# Plow connector Pin



## sammer4u (Dec 4, 2007)

I have the Cycle Country V plow on my 99 Polaris Sportsman 500. It is awesome, except for at the end of last year I either lost or broke a connector pin. It is the pin with the clasp to lock it on to connect the push tubes to the mounting bracket under the machine. I feel I lost it as I found the clasp in spring. I looked all over and could not find the same thing, original is 3/8" in diameter. I found one close but was smaller in diameter and longer. I plowed one more time last year with it and no problems. 

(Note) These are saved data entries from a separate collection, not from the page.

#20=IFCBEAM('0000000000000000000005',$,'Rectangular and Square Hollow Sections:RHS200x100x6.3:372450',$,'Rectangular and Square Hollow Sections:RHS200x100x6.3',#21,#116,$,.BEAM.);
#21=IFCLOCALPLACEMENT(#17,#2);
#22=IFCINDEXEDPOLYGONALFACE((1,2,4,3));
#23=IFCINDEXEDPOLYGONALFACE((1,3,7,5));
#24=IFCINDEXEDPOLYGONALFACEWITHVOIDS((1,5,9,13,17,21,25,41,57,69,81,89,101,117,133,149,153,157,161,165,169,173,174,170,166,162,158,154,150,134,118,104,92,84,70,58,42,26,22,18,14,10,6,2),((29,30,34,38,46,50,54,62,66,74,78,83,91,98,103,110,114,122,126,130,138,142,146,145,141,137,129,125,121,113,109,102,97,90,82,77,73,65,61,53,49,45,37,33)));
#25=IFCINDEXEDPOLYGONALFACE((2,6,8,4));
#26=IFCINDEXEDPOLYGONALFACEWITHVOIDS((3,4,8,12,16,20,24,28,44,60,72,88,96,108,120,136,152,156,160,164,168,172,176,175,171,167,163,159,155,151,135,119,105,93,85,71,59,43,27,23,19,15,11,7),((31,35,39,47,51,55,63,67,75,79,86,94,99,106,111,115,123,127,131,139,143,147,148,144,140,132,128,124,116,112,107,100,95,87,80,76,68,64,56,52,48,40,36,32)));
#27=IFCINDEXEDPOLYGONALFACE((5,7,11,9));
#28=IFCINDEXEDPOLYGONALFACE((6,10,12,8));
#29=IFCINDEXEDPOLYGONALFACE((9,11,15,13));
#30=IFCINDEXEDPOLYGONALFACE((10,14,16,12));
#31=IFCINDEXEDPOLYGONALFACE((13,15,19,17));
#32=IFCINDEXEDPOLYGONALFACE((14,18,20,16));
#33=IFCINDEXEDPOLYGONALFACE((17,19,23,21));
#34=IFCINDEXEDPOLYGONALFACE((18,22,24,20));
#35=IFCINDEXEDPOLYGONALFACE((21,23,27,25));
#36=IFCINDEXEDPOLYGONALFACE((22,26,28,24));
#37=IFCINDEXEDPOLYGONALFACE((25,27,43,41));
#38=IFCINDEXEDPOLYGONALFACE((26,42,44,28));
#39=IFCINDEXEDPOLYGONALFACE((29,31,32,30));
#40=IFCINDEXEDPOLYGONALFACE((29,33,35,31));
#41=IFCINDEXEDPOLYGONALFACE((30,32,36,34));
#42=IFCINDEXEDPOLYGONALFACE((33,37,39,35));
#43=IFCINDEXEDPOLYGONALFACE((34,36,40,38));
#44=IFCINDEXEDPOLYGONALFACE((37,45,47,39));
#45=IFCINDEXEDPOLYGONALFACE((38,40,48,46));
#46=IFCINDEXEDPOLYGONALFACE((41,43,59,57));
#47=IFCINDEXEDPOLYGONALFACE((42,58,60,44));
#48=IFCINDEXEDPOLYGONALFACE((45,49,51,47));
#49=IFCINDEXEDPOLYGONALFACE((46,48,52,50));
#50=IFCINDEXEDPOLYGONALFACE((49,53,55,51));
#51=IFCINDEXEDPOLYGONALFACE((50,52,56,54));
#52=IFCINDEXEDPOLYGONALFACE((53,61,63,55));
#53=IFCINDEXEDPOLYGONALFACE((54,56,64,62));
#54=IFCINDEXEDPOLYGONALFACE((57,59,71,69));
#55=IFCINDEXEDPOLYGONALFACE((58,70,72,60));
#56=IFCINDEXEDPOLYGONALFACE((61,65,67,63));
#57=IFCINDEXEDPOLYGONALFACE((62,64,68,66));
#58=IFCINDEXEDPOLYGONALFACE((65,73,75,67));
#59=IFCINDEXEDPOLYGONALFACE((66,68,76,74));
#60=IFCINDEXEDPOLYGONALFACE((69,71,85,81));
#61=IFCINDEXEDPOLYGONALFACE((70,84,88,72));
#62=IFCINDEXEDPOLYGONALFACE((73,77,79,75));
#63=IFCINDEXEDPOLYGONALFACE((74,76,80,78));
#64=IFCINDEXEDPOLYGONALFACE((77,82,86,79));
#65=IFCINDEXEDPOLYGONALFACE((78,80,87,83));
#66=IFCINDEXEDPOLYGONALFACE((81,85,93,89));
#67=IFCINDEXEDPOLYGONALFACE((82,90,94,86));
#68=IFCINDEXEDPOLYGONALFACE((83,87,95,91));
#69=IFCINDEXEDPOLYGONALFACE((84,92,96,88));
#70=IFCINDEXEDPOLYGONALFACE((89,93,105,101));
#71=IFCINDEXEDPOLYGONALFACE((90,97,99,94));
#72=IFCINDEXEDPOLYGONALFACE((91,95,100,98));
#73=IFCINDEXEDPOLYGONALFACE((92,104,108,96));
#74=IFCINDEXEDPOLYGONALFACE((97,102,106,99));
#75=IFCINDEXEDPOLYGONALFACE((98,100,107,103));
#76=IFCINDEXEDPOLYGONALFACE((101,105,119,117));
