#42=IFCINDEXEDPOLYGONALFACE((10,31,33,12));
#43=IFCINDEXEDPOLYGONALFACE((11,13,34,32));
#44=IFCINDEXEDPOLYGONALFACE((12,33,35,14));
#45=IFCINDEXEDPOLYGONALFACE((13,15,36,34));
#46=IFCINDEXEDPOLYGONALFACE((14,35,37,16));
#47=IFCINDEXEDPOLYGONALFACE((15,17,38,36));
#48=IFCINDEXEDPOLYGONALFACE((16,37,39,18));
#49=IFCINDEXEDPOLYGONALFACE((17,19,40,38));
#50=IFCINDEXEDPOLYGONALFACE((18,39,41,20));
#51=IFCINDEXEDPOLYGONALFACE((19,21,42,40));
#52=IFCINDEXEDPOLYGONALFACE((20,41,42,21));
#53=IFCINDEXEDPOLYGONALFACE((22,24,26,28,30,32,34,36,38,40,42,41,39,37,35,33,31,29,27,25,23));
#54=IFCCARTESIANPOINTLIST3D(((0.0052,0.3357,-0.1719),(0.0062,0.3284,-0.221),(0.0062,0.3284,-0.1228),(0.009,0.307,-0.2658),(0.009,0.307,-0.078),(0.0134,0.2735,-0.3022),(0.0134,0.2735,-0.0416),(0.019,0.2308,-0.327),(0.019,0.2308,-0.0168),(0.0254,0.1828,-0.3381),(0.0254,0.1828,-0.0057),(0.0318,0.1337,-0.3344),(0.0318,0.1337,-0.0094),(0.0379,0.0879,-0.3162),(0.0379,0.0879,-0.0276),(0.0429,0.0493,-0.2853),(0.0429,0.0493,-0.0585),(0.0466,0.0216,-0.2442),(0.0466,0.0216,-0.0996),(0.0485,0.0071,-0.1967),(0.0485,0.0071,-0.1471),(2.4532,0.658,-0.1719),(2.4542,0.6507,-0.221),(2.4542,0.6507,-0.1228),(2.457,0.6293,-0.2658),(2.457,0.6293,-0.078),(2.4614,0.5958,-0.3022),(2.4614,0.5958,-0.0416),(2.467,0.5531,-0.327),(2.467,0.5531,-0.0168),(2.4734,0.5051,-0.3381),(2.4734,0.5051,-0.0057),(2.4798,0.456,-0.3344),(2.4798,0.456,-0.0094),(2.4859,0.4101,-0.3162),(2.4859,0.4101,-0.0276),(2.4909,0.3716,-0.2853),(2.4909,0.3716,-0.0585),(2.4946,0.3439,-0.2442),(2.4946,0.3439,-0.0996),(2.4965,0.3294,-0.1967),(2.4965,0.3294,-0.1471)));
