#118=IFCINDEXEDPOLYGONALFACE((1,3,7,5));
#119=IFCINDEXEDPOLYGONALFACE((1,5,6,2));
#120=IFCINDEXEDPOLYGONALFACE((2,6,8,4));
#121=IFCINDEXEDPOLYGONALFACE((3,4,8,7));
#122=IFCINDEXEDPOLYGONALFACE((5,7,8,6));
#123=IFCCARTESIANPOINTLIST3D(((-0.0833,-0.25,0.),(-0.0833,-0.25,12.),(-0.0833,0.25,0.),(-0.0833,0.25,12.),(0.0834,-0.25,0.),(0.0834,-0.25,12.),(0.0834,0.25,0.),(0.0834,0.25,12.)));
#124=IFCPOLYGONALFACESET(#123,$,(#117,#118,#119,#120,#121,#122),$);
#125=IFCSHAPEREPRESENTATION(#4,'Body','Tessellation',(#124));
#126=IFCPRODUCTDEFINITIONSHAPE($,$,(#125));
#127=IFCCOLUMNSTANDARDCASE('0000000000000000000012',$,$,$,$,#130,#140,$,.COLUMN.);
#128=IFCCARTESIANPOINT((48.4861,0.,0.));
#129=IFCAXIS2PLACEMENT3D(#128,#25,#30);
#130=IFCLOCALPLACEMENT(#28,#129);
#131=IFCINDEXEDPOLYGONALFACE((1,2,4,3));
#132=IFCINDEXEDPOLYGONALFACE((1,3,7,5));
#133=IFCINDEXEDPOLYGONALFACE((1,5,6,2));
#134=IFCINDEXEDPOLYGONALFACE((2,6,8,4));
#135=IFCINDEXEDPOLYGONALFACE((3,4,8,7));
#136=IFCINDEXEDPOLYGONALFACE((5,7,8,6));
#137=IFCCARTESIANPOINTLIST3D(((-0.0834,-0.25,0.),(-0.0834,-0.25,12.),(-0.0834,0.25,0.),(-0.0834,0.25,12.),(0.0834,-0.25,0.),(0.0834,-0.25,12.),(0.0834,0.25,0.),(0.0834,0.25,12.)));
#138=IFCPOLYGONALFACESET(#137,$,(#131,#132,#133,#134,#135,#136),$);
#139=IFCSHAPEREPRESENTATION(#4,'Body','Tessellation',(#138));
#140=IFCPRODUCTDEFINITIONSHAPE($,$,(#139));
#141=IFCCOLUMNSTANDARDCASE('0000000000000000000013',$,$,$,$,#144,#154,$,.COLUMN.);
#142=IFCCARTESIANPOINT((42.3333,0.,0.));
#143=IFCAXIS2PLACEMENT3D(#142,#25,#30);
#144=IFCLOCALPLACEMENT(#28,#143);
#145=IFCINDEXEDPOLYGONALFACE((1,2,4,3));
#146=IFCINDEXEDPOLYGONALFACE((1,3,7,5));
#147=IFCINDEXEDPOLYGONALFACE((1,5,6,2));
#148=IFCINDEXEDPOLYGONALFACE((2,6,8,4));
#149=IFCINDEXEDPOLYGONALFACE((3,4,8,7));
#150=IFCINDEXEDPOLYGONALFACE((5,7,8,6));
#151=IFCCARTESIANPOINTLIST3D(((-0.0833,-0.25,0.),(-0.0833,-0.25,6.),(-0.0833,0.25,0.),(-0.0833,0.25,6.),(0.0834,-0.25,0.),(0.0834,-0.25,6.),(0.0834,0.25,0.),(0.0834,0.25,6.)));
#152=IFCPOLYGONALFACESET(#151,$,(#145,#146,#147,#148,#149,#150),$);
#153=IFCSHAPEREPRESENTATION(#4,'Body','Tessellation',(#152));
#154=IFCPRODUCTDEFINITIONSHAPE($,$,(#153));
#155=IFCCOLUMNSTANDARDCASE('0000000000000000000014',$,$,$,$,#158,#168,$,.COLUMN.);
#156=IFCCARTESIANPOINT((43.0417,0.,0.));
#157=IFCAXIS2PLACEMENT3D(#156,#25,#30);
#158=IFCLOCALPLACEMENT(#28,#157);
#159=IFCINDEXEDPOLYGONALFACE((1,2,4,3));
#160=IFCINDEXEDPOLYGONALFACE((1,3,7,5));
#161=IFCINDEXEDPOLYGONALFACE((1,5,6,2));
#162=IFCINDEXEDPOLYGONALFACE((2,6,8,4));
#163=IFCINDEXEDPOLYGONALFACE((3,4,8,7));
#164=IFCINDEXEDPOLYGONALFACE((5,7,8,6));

First time out this year, with 8" on new wet heavy snow and half way thru i either lost of busted the "new" pin. I tried looking all over for a new one to match the original one, but no luck. I went to ACE, Farm & Fleet, Tractor Supply, Menard's, Fleet & Farm, etc... All out of ideas... I believe it is a hardened steel pin?

Any one have any thoughts or know of a place to get them? They are again about 3/8" in diameter and about 1½" - 2" long with the locking clasp.

Thanks in advance!!!!

Bring on the snow!!!!!!


----------



## sublime68charge (Dec 28, 2007)

find your nearest ATV dealer and then if they carry cycle country stuff just go through them and you can get the excat pin that you need.

then when you get the correct ones take 1 to your local hardware store and then have them get you some spares and when you run low go back for more.

that's what Id due.


----------



## Reb (Feb 8, 2008)

I have picked them up at True Value before. It surprises me the stores you mentioned don't have them.


----------



## skamaniac (Aug 24, 2009)

I kept losing them on an old Suzuki i had. I ended up using an "eye" bolt. I think they were 8" long. I didn't use a nut on it either and never lost one because of the long length. Probably because i bought extras just in case. It also makes it quicker to drop your plow when not in use.

Thanx for bringing this up as i need to get to the hardware for some extra pins for my new set-up.


----------